GOAL OF THE EXERCISE: Within the entries below, the lines from the one with "#34=IFCAXIS2PLACEMENT3D(#33,$,$);" through the one with "#49=IFCLOCALPLACEMENT(#11,#48);" are to be set down exactly, both ends kept.

Saved data entries:
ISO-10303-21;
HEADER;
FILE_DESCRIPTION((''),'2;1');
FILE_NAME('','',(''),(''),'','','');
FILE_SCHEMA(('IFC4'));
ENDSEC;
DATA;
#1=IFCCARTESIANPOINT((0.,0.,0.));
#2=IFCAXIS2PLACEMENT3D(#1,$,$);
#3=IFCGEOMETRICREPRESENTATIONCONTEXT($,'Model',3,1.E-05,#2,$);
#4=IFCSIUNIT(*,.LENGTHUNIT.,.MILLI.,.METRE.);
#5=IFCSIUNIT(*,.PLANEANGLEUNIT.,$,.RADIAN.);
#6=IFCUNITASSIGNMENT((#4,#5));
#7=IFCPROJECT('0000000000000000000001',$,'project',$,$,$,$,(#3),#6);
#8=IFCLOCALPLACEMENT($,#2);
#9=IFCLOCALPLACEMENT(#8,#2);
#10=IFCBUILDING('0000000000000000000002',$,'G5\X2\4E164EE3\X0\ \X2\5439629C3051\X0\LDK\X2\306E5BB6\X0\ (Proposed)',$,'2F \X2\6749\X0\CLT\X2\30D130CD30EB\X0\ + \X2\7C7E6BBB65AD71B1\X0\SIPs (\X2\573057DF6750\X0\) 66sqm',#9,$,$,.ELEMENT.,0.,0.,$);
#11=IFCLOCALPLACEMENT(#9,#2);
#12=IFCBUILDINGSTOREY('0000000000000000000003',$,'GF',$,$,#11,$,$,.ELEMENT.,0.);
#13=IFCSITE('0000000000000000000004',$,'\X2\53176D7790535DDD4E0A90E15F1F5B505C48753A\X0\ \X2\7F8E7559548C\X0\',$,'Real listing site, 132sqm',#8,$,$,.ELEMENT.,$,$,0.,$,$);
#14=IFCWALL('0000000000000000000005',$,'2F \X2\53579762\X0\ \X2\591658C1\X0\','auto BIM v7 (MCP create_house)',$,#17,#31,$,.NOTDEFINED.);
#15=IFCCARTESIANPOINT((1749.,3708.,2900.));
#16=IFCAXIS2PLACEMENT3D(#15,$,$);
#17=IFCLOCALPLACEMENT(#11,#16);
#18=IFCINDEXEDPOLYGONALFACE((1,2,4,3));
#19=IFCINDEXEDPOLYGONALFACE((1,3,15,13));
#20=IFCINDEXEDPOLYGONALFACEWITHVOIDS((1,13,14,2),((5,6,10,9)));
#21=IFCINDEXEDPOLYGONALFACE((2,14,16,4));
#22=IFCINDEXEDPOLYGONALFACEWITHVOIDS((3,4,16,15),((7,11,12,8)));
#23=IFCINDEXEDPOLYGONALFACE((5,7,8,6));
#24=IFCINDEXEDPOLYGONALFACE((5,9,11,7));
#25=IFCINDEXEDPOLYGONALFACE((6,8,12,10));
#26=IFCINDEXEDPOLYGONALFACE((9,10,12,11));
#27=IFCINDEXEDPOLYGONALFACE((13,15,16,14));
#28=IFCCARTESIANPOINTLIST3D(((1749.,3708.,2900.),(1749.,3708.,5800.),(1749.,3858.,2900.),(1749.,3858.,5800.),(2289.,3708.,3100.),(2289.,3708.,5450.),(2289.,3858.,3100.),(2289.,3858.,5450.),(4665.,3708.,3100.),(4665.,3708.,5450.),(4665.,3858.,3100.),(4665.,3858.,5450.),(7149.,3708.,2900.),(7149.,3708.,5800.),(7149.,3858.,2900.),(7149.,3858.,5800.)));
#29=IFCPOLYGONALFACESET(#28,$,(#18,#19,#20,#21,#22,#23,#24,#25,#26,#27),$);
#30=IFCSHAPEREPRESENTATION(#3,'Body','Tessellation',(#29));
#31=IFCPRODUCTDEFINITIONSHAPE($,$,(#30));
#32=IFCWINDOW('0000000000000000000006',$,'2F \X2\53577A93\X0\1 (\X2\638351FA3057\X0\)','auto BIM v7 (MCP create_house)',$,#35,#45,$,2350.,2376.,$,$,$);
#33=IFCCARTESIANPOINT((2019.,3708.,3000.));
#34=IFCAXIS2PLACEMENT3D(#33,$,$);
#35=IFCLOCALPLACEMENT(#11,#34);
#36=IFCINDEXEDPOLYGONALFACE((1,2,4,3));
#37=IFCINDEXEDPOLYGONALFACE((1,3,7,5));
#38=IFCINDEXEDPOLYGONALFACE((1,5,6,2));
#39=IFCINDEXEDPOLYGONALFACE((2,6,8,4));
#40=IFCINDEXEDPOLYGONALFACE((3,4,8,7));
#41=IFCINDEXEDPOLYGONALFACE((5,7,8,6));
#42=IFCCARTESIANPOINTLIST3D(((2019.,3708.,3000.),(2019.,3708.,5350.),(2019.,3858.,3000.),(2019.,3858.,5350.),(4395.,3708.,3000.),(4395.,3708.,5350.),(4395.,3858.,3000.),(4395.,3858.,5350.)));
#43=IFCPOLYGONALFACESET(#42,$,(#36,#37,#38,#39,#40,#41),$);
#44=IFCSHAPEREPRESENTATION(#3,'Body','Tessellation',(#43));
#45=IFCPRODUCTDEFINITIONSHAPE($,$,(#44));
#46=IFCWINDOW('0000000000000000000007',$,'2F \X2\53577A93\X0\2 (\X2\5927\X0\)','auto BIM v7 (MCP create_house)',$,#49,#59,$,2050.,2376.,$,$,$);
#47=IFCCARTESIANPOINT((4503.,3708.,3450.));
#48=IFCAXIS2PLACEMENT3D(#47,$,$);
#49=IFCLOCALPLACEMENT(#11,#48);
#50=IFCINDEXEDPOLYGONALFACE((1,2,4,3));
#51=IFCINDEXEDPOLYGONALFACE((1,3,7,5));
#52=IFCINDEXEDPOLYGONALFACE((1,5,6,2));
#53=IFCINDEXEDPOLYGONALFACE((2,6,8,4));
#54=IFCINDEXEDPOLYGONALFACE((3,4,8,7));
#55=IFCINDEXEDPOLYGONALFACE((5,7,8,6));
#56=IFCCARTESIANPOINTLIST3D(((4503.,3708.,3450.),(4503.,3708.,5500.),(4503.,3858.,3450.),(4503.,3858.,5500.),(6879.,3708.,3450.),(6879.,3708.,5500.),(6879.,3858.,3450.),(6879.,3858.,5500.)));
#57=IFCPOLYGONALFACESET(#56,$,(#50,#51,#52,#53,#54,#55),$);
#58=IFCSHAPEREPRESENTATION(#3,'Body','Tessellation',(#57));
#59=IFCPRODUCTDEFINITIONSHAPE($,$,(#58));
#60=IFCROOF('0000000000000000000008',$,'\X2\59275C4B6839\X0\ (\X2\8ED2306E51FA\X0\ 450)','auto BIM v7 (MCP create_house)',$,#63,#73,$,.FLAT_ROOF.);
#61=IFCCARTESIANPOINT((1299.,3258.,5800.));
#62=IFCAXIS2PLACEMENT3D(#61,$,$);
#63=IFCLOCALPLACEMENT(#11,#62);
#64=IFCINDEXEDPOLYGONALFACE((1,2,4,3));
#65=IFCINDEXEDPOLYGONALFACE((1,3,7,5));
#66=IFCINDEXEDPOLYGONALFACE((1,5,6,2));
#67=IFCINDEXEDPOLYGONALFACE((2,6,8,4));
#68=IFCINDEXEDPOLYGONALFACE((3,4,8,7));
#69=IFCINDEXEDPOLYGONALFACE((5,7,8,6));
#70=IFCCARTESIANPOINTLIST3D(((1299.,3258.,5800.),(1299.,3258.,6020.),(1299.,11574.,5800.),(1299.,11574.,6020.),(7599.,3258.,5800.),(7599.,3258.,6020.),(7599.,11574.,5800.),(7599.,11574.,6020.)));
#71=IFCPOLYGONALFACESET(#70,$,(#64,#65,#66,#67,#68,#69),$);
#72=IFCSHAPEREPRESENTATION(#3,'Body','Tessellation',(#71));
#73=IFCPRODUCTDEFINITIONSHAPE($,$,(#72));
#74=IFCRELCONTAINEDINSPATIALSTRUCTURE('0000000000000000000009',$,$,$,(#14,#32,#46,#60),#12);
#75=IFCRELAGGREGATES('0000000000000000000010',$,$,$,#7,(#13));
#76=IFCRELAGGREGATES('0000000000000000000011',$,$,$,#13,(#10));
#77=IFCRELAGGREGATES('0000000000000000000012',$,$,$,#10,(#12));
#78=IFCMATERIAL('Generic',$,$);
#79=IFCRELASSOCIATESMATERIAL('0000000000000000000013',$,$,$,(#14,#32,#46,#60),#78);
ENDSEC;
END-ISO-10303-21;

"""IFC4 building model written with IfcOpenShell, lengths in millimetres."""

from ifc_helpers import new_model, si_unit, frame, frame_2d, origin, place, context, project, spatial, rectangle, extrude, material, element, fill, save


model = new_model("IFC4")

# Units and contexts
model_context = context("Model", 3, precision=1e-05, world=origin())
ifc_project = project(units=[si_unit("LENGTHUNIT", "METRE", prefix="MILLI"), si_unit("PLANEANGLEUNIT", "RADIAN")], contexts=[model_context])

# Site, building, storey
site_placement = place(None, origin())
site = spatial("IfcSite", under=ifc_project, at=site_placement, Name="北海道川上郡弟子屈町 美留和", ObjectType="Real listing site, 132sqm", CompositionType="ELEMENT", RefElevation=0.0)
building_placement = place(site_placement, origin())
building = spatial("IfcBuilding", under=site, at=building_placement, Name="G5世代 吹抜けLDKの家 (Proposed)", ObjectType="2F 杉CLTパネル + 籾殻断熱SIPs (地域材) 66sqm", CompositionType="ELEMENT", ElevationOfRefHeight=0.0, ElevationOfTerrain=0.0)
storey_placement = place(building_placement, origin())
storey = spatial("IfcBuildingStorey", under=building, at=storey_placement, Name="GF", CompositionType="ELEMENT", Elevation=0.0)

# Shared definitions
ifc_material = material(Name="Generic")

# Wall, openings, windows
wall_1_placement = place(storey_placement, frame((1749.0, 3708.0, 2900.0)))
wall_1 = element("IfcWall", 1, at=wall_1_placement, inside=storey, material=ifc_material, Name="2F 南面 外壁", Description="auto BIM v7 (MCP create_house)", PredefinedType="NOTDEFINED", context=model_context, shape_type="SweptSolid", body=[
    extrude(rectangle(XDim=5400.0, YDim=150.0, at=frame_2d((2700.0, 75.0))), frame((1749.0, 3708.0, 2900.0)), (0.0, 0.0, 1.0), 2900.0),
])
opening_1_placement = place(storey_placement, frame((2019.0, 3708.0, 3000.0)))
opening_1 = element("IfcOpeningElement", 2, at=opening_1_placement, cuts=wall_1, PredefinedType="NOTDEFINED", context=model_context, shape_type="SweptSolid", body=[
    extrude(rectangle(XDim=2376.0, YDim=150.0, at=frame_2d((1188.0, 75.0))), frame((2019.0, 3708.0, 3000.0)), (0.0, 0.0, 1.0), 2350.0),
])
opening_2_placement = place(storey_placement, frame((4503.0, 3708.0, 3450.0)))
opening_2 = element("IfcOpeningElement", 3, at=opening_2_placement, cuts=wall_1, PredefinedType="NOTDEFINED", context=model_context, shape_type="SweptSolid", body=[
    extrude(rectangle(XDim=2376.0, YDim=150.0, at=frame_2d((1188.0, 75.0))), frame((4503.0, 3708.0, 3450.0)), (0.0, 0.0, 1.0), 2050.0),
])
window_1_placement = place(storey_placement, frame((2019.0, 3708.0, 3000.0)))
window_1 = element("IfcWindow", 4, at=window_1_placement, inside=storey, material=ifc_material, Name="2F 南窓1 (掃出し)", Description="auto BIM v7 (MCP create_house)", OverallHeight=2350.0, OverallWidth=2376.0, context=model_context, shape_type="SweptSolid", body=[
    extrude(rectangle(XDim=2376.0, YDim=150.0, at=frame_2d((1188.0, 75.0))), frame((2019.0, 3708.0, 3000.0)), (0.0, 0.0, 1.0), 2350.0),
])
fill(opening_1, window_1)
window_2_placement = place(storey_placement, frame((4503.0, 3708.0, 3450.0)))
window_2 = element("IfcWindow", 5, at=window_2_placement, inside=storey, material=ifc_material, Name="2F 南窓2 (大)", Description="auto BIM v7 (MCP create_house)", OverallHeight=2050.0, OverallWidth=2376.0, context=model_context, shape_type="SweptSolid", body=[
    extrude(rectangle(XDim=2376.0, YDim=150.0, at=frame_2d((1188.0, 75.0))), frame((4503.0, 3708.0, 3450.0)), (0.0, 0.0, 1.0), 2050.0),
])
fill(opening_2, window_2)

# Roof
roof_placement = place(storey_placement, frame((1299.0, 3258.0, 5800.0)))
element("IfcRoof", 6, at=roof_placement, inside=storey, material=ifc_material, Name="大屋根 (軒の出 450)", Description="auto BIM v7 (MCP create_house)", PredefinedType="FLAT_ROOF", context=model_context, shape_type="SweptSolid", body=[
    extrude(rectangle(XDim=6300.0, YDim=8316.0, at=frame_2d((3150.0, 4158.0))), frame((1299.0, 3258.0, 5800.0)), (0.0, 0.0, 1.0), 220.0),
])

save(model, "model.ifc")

EXPECTED ANSWER:
#34=IFCAXIS2PLACEMENT3D(#33,$,$);
#35=IFCLOCALPLACEMENT(#11,#34);
#36=IFCINDEXEDPOLYGONALFACE((1,2,4,3));
#37=IFCINDEXEDPOLYGONALFACE((1,3,7,5));
#38=IFCINDEXEDPOLYGONALFACE((1,5,6,2));
#39=IFCINDEXEDPOLYGONALFACE((2,6,8,4));
#40=IFCINDEXEDPOLYGONALFACE((3,4,8,7));
#41=IFCINDEXEDPOLYGONALFACE((5,7,8,6));
#42=IFCCARTESIANPOINTLIST3D(((2019.,3708.,3000.),(2019.,3708.,5350.),(2019.,3858.,3000.),(2019.,3858.,5350.),(4395.,3708.,3000.),(4395.,3708.,5350.),(4395.,3858.,3000.),(4395.,3858.,5350.)));
#43=IFCPOLYGONALFACESET(#42,$,(#36,#37,#38,#39,#40,#41),$);
#44=IFCSHAPEREPRESENTATION(#3,'Body','Tessellation',(#43));
#45=IFCPRODUCTDEFINITIONSHAPE($,$,(#44));
#46=IFCWINDOW('0000000000000000000007',$,'2F \X2\53577A93\X0\2 (\X2\5927\X0\)','auto BIM v7 (MCP create_house)',$,#49,#59,$,2050.,2376.,$,$,$);
#47=IFCCARTESIANPOINT((4503.,3708.,3450.));
#48=IFCAXIS2PLACEMENT3D(#47,$,$);
#49=IFCLOCALPLACEMENT(#11,#48);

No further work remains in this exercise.